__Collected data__

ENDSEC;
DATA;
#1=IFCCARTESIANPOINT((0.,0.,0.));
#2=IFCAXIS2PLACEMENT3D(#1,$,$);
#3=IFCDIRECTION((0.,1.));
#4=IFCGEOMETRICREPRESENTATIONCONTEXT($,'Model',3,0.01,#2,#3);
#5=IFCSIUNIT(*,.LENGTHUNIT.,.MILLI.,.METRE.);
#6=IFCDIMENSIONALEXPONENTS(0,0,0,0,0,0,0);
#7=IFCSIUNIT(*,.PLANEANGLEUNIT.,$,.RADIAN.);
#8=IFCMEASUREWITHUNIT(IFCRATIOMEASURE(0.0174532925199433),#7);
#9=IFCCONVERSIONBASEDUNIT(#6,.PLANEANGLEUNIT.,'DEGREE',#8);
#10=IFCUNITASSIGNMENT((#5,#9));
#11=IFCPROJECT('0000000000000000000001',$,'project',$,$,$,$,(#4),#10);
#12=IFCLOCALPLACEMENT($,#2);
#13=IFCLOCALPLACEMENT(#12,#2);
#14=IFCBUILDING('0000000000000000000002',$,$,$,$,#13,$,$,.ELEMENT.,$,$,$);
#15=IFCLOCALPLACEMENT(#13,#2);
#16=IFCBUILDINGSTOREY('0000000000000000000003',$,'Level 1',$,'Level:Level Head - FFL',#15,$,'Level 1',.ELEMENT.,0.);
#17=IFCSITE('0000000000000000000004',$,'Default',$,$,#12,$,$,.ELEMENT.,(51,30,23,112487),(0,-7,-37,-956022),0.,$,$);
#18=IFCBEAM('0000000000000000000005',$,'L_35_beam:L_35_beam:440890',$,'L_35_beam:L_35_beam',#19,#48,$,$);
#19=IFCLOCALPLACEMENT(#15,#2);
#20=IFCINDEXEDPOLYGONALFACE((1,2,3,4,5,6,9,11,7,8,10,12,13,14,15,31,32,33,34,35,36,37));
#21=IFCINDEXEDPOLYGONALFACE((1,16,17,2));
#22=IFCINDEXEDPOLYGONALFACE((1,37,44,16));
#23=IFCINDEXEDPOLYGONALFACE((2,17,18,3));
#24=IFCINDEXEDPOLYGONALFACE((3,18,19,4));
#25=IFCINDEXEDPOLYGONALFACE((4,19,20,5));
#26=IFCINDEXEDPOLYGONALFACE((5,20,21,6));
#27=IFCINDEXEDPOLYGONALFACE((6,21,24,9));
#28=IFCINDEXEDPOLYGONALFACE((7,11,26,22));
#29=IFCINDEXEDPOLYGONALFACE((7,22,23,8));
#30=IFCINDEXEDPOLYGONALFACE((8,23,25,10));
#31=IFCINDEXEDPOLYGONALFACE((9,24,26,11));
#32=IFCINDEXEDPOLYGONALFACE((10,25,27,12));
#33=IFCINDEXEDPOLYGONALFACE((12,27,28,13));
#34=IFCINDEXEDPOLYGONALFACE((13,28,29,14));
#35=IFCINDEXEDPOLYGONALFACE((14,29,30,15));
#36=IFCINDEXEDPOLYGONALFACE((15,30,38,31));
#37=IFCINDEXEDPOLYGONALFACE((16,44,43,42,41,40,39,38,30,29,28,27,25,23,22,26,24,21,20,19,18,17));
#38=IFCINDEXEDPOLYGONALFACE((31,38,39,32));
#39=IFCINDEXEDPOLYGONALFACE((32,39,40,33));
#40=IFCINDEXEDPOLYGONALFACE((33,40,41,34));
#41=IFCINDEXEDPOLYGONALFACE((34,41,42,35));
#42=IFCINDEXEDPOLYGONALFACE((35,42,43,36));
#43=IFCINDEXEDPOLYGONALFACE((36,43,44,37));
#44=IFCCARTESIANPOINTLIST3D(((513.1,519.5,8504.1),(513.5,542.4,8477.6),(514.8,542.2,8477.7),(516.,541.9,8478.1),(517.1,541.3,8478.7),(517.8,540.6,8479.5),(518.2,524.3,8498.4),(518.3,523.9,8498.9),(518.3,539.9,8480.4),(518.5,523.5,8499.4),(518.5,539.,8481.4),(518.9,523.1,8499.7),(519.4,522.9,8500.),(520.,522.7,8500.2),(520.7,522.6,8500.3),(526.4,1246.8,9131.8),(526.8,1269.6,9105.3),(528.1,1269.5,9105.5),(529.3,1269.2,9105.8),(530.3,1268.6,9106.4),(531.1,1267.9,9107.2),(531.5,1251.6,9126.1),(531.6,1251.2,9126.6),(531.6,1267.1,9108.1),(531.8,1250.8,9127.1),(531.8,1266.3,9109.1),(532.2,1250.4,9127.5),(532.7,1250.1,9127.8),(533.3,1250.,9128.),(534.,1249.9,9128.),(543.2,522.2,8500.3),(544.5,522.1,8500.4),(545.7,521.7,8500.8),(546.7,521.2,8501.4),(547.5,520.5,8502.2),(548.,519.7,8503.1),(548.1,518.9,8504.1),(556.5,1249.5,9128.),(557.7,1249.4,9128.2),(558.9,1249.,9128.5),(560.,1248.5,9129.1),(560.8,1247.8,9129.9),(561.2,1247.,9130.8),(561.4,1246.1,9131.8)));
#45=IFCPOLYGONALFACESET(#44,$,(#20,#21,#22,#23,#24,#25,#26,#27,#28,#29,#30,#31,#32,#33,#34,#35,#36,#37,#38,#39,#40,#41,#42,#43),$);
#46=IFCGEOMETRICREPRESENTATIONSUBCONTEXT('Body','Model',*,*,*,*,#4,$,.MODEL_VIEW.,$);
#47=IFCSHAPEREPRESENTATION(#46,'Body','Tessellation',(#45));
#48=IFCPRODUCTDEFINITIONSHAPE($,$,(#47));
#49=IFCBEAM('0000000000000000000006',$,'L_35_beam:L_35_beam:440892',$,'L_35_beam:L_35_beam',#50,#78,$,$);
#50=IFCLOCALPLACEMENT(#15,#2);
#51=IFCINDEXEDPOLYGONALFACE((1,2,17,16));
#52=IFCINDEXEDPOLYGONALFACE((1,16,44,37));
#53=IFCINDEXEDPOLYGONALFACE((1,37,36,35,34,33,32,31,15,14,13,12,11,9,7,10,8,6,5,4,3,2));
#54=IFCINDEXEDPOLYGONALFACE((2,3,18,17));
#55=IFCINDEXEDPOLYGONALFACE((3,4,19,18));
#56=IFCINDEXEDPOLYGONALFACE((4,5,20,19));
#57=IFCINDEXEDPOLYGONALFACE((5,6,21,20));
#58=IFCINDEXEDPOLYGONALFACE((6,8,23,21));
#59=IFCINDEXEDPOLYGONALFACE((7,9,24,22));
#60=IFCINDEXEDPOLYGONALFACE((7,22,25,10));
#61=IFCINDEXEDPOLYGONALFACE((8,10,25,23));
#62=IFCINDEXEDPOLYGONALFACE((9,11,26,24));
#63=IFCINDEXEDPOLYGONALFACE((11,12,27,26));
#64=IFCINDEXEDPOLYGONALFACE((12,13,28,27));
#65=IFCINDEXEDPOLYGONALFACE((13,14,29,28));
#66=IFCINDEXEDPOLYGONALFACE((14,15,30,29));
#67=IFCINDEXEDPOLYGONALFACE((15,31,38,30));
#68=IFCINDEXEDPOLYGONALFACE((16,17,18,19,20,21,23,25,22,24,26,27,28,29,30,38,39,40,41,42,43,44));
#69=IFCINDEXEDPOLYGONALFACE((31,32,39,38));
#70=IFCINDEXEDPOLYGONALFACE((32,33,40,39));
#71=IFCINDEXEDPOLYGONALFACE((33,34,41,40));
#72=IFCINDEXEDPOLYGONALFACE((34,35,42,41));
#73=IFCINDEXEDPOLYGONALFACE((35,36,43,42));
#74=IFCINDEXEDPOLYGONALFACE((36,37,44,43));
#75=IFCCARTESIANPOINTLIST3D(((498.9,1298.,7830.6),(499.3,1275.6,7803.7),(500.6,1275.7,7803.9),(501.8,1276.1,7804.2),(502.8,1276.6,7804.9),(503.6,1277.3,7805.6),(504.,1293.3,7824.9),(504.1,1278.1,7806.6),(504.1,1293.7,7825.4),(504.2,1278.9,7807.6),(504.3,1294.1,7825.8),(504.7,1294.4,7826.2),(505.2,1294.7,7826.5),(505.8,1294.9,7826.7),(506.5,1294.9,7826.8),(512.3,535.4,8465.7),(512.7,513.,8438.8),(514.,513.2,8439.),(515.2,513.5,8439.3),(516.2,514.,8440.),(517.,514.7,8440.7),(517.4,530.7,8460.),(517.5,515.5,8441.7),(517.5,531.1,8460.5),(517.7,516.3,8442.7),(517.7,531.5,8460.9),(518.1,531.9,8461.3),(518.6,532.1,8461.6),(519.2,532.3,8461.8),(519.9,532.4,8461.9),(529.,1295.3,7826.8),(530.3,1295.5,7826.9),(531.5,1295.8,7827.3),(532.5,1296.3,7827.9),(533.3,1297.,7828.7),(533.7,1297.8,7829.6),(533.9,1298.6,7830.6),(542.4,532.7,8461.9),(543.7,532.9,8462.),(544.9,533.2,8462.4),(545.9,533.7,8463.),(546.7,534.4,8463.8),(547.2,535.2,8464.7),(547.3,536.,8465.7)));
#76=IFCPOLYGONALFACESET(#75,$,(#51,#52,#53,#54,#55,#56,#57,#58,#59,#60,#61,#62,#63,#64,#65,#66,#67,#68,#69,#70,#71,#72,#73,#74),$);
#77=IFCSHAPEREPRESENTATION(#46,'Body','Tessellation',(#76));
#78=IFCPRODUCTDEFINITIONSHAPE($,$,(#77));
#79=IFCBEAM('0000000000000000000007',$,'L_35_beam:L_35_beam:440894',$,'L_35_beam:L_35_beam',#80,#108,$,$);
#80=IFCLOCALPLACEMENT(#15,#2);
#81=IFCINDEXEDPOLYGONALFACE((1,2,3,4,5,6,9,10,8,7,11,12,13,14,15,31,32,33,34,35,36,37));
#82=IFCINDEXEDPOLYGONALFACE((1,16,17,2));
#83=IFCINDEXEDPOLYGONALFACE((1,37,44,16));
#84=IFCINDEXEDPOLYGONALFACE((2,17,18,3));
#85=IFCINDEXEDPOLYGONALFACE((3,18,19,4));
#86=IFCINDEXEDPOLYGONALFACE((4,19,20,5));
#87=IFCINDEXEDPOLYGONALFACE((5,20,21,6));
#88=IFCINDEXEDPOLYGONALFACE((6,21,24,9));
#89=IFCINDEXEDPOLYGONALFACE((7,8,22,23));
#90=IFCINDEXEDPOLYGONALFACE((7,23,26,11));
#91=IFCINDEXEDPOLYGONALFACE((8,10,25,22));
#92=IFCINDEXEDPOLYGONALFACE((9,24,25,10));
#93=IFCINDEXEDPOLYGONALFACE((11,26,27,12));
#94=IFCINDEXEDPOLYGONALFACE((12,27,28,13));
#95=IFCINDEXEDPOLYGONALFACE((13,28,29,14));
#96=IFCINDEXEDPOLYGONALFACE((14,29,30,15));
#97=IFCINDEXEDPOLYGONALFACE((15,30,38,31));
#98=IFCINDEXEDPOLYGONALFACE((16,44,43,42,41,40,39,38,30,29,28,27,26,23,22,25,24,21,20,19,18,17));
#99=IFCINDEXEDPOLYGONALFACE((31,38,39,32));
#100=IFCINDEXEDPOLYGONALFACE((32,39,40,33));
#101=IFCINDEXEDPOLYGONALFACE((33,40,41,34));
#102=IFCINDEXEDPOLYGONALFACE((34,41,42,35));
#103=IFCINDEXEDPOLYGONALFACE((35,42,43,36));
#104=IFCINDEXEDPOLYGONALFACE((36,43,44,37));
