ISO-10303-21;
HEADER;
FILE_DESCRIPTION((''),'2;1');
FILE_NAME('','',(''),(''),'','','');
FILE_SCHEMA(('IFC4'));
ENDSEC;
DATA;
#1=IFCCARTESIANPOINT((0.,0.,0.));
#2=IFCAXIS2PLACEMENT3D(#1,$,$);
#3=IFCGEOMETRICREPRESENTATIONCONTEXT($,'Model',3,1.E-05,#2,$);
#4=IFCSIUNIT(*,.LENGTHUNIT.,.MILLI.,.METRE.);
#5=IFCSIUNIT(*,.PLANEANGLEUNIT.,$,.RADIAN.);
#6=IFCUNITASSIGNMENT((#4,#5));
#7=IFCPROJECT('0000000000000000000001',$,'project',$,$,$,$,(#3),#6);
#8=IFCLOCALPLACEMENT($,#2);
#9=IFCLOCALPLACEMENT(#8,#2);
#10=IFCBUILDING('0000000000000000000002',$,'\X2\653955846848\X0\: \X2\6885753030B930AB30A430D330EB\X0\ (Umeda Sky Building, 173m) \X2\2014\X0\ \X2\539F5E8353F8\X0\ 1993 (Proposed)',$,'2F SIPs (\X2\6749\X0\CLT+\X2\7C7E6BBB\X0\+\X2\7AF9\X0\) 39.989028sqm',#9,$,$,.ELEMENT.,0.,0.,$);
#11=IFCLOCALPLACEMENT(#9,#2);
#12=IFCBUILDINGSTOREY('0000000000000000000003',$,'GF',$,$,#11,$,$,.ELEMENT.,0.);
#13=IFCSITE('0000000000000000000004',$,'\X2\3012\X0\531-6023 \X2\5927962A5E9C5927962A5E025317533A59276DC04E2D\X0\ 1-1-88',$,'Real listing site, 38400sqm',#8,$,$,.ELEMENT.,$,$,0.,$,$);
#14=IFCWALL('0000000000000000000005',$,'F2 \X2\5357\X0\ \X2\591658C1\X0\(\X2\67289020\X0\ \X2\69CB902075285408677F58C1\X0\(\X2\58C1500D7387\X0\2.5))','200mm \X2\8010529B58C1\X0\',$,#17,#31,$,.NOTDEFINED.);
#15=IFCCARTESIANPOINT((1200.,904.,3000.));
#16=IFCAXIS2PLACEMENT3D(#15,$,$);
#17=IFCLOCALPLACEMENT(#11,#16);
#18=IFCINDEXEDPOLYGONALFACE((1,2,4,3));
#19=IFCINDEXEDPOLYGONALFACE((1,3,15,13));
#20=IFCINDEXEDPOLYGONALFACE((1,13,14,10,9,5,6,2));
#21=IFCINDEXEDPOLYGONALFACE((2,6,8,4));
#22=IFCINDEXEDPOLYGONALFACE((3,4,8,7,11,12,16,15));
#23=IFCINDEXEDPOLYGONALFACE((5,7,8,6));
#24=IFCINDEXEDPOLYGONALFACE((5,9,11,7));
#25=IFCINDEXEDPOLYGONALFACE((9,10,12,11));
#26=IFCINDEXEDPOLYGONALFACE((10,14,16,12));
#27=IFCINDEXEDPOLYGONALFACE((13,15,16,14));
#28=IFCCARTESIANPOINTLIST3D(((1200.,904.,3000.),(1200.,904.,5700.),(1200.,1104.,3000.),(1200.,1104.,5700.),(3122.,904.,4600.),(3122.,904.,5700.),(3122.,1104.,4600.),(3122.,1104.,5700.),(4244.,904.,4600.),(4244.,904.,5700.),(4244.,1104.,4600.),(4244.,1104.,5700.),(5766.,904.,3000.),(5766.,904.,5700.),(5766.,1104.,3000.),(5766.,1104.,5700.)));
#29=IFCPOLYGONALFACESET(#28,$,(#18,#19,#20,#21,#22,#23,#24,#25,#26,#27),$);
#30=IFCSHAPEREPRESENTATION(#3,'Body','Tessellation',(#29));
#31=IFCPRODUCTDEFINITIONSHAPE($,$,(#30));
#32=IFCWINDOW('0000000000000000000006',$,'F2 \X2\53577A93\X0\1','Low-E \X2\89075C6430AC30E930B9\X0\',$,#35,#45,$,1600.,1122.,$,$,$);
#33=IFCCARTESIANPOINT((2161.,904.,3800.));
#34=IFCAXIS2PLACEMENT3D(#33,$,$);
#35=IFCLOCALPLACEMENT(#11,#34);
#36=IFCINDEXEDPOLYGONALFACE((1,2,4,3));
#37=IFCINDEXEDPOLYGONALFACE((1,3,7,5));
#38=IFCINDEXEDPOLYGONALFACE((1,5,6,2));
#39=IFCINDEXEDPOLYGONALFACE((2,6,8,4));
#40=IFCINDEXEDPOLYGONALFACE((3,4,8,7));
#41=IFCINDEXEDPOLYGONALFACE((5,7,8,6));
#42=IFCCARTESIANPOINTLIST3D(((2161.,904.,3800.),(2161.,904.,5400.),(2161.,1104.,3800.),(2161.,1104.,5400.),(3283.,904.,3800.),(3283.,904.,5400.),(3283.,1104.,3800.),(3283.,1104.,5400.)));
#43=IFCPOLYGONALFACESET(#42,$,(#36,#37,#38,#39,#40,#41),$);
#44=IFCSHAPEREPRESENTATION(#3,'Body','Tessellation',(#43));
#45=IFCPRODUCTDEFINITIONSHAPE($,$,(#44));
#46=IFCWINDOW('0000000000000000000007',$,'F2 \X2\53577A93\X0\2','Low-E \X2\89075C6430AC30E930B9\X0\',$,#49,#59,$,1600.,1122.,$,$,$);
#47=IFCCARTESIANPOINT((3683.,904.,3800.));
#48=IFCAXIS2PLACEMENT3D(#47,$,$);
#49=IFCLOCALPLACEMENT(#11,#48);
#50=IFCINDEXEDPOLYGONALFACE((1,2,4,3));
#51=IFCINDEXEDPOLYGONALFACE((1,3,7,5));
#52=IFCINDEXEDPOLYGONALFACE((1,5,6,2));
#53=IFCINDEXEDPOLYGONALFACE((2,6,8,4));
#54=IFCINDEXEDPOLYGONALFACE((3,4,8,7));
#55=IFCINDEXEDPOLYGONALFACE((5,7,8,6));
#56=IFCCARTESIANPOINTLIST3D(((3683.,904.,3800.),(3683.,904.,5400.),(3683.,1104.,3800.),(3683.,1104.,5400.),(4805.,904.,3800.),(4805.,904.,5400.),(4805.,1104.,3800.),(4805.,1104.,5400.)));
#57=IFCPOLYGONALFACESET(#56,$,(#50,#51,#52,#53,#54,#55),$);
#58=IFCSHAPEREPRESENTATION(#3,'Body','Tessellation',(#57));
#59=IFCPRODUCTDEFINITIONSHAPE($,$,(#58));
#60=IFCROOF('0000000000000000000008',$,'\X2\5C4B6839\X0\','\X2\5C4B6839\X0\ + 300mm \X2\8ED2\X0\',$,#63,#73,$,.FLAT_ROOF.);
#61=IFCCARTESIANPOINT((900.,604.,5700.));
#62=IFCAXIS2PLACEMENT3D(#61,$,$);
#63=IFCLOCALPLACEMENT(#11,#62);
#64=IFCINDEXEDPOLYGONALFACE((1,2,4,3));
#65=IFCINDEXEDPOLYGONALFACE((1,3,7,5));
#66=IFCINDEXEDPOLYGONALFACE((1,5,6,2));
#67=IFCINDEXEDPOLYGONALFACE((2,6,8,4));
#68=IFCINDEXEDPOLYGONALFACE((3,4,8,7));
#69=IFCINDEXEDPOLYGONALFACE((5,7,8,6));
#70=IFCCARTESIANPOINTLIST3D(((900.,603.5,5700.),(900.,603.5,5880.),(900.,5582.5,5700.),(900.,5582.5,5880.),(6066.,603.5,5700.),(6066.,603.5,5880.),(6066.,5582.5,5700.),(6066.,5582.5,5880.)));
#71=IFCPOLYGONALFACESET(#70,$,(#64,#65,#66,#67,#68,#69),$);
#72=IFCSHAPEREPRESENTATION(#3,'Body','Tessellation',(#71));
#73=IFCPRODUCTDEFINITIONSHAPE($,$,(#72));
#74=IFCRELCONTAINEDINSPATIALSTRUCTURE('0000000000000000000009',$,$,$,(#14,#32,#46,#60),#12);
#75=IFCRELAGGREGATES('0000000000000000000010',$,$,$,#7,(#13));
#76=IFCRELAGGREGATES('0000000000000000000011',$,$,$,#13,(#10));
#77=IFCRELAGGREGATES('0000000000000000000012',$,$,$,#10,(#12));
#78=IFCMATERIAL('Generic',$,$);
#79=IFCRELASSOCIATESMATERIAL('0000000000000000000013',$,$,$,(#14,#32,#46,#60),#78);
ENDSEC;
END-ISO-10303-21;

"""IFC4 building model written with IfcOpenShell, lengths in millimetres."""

from ifc_helpers import new_model, si_unit, frame, frame_2d, origin, place, context, project, spatial, rectangle, extrude, material, element, fill, save


model = new_model("IFC4")

# Units and contexts
model_context = context("Model", 3, precision=1e-05, world=origin())
ifc_project = project(units=[si_unit("LENGTHUNIT", "METRE", prefix="MILLI"), si_unit("PLANEANGLEUNIT", "RADIAN")], contexts=[model_context])

# Site, building, storey
site_placement = place(None, origin())
site = spatial("IfcSite", under=ifc_project, at=site_placement, Name="〒531-6023 大阪府大阪市北区大淀中 1-1-88", ObjectType="Real listing site, 38400sqm", CompositionType="ELEMENT", RefElevation=0.0)
building_placement = place(site_placement, origin())
building = spatial("IfcBuilding", under=site, at=building_placement, Name="改善案: 梅田スカイビル (Umeda Sky Building, 173m) — 原広司 1993 (Proposed)", ObjectType="2F SIPs (杉CLT+籾殻+竹) 39.989028sqm", CompositionType="ELEMENT", ElevationOfRefHeight=0.0, ElevationOfTerrain=0.0)
storey_placement = place(building_placement, origin())
storey = spatial("IfcBuildingStorey", under=building, at=storey_placement, Name="GF", CompositionType="ELEMENT", Elevation=0.0)

# Shared definitions
ifc_material_1 = material(Name="Generic")

# Wall, openings, windows
wall_1_placement = place(storey_placement, frame((1200.0, 904.0, 3000.0)))
wall_1 = element("IfcWall", 1, at=wall_1_placement, inside=storey, material=ifc_material_1, Name="F2 南 外壁(木造 構造用合板壁(壁倍率2.5))", Description="200mm 耐力壁", PredefinedType="NOTDEFINED", context=model_context, shape_type="SweptSolid", body=[
    extrude(rectangle(XDim=4566.0, YDim=200.0, at=frame_2d((2283.0, 100.0))), frame((1200.0, 904.0, 3000.0)), (0.0, 0.0, 1.0), 2700.0),
])
opening_1_placement = place(storey_placement, frame((2161.0, 904.0, 3800.0)))
opening_1 = element("IfcOpeningElement", 2, at=opening_1_placement, cuts=wall_1, PredefinedType="NOTDEFINED", context=model_context, shape_type="SweptSolid", body=[
    extrude(rectangle(XDim=1122.0, YDim=200.0, at=frame_2d((561.0, 100.0))), frame((2161.0, 904.0, 3800.0)), (0.0, 0.0, 1.0), 1600.0),
])
opening_2_placement = place(storey_placement, frame((3683.0, 904.0, 3800.0)))
opening_2 = element("IfcOpeningElement", 3, at=opening_2_placement, cuts=wall_1, PredefinedType="NOTDEFINED", context=model_context, shape_type="SweptSolid", body=[
    extrude(rectangle(XDim=1122.0, YDim=200.0, at=frame_2d((561.0, 100.0))), frame((3683.0, 904.0, 3800.0)), (0.0, 0.0, 1.0), 1600.0),
])
window_1_placement = place(storey_placement, frame((2161.0, 904.0, 3800.0)))
window_1 = element("IfcWindow", 4, at=window_1_placement, inside=storey, material=ifc_material_1, Name="F2 南窓1", Description="Low-E 複層ガラス", OverallHeight=1600.0, OverallWidth=1122.0, context=model_context, shape_type="SweptSolid", body=[
    extrude(rectangle(XDim=1122.0, YDim=200.0, at=frame_2d((561.0, 100.0))), frame((2161.0, 904.0, 3800.0)), (0.0, 0.0, 1.0), 1600.0),
])
fill(opening_1, window_1)
window_2_placement = place(storey_placement, frame((3683.0, 904.0, 3800.0)))
window_2 = element("IfcWindow", 5, at=window_2_placement, inside=storey, material=ifc_material_1, Name="F2 南窓2", Description="Low-E 複層ガラス", OverallHeight=1600.0, OverallWidth=1122.0, context=model_context, shape_type="SweptSolid", body=[
    extrude(rectangle(XDim=1122.0, YDim=200.0, at=frame_2d((561.0, 100.0))), frame((3683.0, 904.0, 3800.0)), (0.0, 0.0, 1.0), 1600.0),
])
fill(opening_2, window_2)

# Roof
roof_placement = place(storey_placement, frame((900.0, 604.0, 5700.0)))
element("IfcRoof", 6, at=roof_placement, inside=storey, material=ifc_material_1, Name="屋根", Description="屋根 + 300mm 軒", PredefinedType="FLAT_ROOF", context=model_context, shape_type="SweptSolid", body=[
    extrude(rectangle(XDim=5166.0, YDim=4979.0, at=frame_2d((2583.0, 2489.0))), frame((900.0, 604.0, 5700.0)), (0.0, 0.0, 1.0), 180.0),
])

save(model, "model.ifc")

__Problem description__
From the records above, quote only the lines running from the line with "#71=IFCINDEXEDPOLYGONALFACE((33,34,41,40));" to the line with "#74=IFCINDEXEDPOLYGONALFACE((36,37,44,43));", both lines included.

__Final answer__
#71=IFCINDEXEDPOLYGONALFACE((33,34,41,40));
#72=IFCINDEXEDPOLYGONALFACE((34,35,42,41));
#73=IFCINDEXEDPOLYGONALFACE((35,36,43,42));
#74=IFCINDEXEDPOLYGONALFACE((36,37,44,43));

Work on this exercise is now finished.